EXERCISE DESCRIPTION: Extract each line of the records below that contains the word "IFCLOCALPLACEMENT".

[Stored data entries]
################
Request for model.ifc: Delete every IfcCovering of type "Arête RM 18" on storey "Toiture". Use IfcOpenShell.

First a look at what the model holds.

```python
import ifcopenshell
import ifcopenshell.util.element

model = ifcopenshell.open("model.ifc")
print(model.schema)
storey = next(s for s in model.by_type("IfcBuildingStorey") if s.Name == "Toiture")
coverings = [e for e in ifcopenshell.util.element.get_decomposition(storey) if e.is_a("IfcCovering")]
seen = {}
for e in coverings:
    element_type = ifcopenshell.util.element.get_type(e)
    name = element_type.Name if element_type not in (None, e) else None
    seen[name] = seen.get(name, 0) + 1
for name, count in sorted(seen.items(), key=str):
    print(count, "x", name)
```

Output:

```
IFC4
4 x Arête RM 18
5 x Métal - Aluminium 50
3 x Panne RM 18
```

```python
import ifcopenshell
import ifcopenshell.api.root
import ifcopenshell.util.element

model = ifcopenshell.open("model.ifc")

storey = next(s for s in model.by_type("IfcBuildingStorey") if s.Name == "Toiture")
coverings = [e for e in ifcopenshell.util.element.get_decomposition(storey) if e.is_a("IfcCovering")]
targets = [e for e in coverings if (t := ifcopenshell.util.element.get_type(e)) not in (None, e) and t.Name == "Arête RM 18"]

for e in targets:
    ifcopenshell.api.root.remove_product(model, product=e)
print(len(targets), "removed")

model.write("model_updated.ifc")
```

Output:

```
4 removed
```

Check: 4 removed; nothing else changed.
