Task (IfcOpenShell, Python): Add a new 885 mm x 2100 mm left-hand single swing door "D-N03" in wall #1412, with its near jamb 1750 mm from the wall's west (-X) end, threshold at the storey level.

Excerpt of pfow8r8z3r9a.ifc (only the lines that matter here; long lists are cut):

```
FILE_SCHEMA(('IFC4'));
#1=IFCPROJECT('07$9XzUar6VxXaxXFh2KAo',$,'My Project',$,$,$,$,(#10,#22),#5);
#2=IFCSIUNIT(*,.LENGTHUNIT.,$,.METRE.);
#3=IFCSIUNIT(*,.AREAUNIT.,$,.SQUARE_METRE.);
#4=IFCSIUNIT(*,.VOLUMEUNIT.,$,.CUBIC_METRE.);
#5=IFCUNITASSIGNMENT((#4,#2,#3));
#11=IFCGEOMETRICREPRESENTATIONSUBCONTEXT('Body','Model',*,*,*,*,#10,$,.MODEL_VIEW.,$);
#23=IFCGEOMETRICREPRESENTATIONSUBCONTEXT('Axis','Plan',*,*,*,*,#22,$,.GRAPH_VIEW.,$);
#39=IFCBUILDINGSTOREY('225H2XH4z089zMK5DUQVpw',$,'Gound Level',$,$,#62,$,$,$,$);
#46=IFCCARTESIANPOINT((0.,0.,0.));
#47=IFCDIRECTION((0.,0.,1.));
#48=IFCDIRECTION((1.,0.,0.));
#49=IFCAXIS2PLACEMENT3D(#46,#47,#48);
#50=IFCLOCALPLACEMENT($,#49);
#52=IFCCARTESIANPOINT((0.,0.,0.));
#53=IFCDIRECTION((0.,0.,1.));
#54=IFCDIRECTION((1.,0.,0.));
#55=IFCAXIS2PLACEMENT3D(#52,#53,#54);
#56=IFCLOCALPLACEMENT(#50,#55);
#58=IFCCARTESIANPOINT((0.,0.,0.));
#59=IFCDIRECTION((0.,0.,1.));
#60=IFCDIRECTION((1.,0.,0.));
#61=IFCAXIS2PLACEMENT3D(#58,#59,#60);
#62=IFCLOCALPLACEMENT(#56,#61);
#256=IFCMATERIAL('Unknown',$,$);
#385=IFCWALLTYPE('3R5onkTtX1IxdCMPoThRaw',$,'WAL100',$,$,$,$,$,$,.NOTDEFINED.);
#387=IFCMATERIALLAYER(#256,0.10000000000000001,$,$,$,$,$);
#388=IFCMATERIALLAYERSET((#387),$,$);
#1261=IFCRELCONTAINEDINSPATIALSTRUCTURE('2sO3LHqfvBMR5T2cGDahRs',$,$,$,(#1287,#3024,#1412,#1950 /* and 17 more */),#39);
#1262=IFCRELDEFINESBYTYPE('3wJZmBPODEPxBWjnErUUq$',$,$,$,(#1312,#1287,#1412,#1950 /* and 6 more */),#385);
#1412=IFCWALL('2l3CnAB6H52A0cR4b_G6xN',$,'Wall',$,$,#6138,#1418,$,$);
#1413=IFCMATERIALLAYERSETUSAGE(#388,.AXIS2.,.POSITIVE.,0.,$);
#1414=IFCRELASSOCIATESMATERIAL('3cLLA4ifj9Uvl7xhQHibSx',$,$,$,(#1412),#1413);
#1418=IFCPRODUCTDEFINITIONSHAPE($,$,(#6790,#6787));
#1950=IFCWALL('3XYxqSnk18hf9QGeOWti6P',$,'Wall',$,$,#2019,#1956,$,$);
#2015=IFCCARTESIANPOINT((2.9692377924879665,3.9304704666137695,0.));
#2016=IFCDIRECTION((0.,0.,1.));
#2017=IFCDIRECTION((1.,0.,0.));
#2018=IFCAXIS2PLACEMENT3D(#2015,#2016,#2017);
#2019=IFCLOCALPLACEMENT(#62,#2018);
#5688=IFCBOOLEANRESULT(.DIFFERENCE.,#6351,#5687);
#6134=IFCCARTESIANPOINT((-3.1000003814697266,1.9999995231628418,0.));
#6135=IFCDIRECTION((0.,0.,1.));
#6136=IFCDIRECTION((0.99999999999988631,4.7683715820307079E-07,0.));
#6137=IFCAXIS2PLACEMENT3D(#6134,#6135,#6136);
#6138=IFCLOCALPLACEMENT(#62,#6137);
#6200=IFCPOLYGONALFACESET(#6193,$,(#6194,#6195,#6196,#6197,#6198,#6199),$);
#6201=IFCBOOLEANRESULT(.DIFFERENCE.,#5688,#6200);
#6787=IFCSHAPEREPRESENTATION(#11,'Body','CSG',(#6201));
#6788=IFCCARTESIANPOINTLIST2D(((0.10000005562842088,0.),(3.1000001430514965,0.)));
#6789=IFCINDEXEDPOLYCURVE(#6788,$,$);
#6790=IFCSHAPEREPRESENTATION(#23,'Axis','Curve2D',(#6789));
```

```python
import numpy as np
import ifcopenshell
import ifcopenshell.api.feature
import ifcopenshell.api.geometry
import ifcopenshell.api.root
import ifcopenshell.api.spatial
import ifcopenshell.geom
import ifcopenshell.util.element
import ifcopenshell.util.placement
import ifcopenshell.util.representation
import ifcopenshell.util.shape
import ifcopenshell.util.unit

model = ifcopenshell.open("pfow8r8z3r9a.ifc")
unit_scale = ifcopenshell.util.unit.calculate_unit_scale(model)
settings = ifcopenshell.geom.settings()


def volume(element):
    """Net volume in cubic metres, openings subtracted."""
    shape = ifcopenshell.geom.create_shape(settings, element)
    return ifcopenshell.util.shape.get_volume(shape.geometry)


wall = model.by_guid("2l3CnAB6H52A0cR4b_G6xN")
storey = ifcopenshell.util.element.get_container(wall, ifc_class="IfcBuildingStorey")
context = ifcopenshell.util.representation.get_context(model, "Model", "Body", "MODEL_VIEW")
before = volume(wall)

width, height, from_end, sill = 0.885, 2.1, 1.75, 0.0  # metres

# The wall runs along its own X axis, and the end named is its -X end.
wall_shape = ifcopenshell.geom.create_shape(settings, wall)
x, y, z = ifcopenshell.util.shape.get_vertices(wall_shape.geometry).T
start = x.min() + from_end
face, thickness = float(y.min()), float(y.max() - y.min())
wall_matrix = ifcopenshell.util.placement.get_local_placement(wall.ObjectPlacement)
level = ifcopenshell.util.placement.get_local_placement(storey.ObjectPlacement)[2, 3]


def in_wall(x, y):
    """Placement at x, y metres in the wall's axes, at sill height."""
    matrix = wall_matrix.copy()
    matrix[:, 3] = wall_matrix @ np.array([x / unit_scale, y / unit_scale, 0.0, 1.0])
    matrix[2, 3] = level + sill / unit_scale
    return matrix


# Opening: a box that overshoots both wall faces by 50 mm.
opening = ifcopenshell.api.root.create_entity(model, ifc_class="IfcOpeningElement", predefined_type="OPENING")
box = ifcopenshell.api.geometry.add_wall_representation(
    model, context=context, length=width, height=height, thickness=thickness + 0.1
)
ifcopenshell.api.geometry.assign_representation(model, product=opening, representation=box)
ifcopenshell.api.geometry.edit_object_placement(model, product=opening, matrix=in_wall(start, face - 0.05), is_si=False)
ifcopenshell.api.feature.add_feature(model, feature=opening, element=wall)

door = ifcopenshell.api.root.create_entity(model, ifc_class="IfcDoor", name="D-N03", predefined_type="DOOR")
door.OverallWidth, door.OverallHeight = width / unit_scale, height / unit_scale
door.OperationType = "SINGLE_SWING_LEFT"
body = ifcopenshell.api.geometry.add_door_representation(
    model,
    context=context,
    overall_width=door.OverallWidth,
    overall_height=door.OverallHeight,
    operation_type="SINGLE_SWING_LEFT",
    lining_properties={"LiningDepth": thickness / unit_scale, "ThresholdDepth": thickness / unit_scale},
)
ifcopenshell.api.geometry.assign_representation(model, product=door, representation=body)
ifcopenshell.api.spatial.assign_container(model, products=[door], relating_structure=storey)
ifcopenshell.api.feature.add_filling(model, opening=opening, element=door)

# The lining spans the wall, so the door starts at the wall face.
ifcopenshell.api.geometry.edit_object_placement(model, product=door, matrix=in_wall(start, face), is_si=False)

after = volume(wall)

print(f"wall volume {before:.3f} -> {after:.3f} m3")

model.write("pfow8r8z3r9a_rev.ifc")
```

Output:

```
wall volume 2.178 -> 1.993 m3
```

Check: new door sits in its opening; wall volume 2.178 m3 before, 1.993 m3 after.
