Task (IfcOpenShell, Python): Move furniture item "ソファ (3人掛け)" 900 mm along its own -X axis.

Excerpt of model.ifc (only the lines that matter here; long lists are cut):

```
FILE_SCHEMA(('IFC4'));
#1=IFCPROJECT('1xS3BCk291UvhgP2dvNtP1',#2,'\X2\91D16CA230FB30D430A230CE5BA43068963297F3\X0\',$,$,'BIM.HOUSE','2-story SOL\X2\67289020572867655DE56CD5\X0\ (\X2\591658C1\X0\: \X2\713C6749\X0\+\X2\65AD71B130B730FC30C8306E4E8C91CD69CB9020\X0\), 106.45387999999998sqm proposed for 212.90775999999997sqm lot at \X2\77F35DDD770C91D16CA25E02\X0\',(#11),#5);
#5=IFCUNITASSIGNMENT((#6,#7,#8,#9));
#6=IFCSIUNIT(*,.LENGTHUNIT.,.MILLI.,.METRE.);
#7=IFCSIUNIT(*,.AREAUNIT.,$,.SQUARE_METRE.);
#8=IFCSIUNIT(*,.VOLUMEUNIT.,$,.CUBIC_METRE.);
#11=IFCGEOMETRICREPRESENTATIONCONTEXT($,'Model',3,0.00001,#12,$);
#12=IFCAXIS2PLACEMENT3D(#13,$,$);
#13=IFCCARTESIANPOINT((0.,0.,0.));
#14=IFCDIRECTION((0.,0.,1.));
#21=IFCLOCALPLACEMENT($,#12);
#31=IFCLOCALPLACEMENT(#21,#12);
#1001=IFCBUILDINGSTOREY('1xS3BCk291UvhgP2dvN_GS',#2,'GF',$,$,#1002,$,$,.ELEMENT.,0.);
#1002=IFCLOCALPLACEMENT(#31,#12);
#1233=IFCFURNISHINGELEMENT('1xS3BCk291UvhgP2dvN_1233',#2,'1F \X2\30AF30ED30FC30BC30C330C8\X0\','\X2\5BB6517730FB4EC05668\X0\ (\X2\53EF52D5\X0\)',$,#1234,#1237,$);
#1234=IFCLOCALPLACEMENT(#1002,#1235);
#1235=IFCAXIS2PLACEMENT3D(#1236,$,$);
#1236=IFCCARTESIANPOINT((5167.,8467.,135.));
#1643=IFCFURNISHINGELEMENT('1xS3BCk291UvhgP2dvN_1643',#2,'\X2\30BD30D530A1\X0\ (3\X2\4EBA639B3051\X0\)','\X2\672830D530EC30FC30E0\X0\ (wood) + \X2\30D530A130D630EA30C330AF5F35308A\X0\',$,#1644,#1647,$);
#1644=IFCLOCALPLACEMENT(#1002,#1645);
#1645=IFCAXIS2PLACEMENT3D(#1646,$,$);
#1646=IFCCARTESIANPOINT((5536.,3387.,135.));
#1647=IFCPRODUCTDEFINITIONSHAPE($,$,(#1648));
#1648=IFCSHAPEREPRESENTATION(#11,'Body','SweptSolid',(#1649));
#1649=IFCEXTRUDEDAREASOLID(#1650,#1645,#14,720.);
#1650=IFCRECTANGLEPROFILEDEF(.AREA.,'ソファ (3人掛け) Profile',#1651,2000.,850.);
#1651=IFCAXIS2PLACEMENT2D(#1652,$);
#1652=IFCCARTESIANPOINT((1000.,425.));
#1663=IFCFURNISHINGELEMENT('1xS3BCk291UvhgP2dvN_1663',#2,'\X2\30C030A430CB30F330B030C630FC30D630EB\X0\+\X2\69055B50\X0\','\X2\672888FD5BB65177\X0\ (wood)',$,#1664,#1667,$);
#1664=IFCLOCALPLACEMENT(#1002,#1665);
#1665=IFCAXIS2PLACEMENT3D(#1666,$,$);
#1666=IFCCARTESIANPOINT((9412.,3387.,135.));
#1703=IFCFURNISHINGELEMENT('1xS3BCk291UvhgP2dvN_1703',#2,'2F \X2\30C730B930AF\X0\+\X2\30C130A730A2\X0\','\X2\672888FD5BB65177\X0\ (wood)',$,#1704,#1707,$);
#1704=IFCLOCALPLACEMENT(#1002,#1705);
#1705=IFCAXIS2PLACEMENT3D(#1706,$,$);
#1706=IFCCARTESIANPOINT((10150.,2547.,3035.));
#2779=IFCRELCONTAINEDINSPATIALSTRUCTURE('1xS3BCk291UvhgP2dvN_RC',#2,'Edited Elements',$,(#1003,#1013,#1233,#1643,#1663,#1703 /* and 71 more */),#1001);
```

```python
import ifcopenshell
import ifcopenshell.api.geometry
import ifcopenshell.util.placement
import ifcopenshell.util.unit

model = ifcopenshell.open("model.ifc")
unit_scale = ifcopenshell.util.unit.calculate_unit_scale(model)

item = model.by_guid("1xS3BCk291UvhgP2dvN_1643")
matrix = ifcopenshell.util.placement.get_local_placement(item.ObjectPlacement)
matrix[:3, 3] -= matrix[:3, 0] * 0.9 / unit_scale
ifcopenshell.api.geometry.edit_object_placement(model, product=item, matrix=matrix, is_si=False)

print(ifcopenshell.util.placement.get_local_placement(item.ObjectPlacement).round(3) + 0.0)

model.write("model_updated.ifc")
```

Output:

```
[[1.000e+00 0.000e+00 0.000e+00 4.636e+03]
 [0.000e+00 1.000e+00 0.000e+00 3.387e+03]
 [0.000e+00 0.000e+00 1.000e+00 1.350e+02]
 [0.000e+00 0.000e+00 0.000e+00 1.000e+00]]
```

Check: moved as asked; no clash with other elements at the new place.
################
OUTPUT FOR THIS EXERCISE:
#50=IFCLOCALPLACEMENT($,#49);
#56=IFCLOCALPLACEMENT(#50,#55);
#62=IFCLOCALPLACEMENT(#56,#61);
#2019=IFCLOCALPLACEMENT(#62,#2018);
#6138=IFCLOCALPLACEMENT(#62,#6137);
#21=IFCLOCALPLACEMENT($,#12);
#31=IFCLOCALPLACEMENT(#21,#12);
#1002=IFCLOCALPLACEMENT(#31,#12);
#1234=IFCLOCALPLACEMENT(#1002,#1235);
#1644=IFCLOCALPLACEMENT(#1002,#1645);
#1664=IFCLOCALPLACEMENT(#1002,#1665);
#1704=IFCLOCALPLACEMENT(#1002,#1705);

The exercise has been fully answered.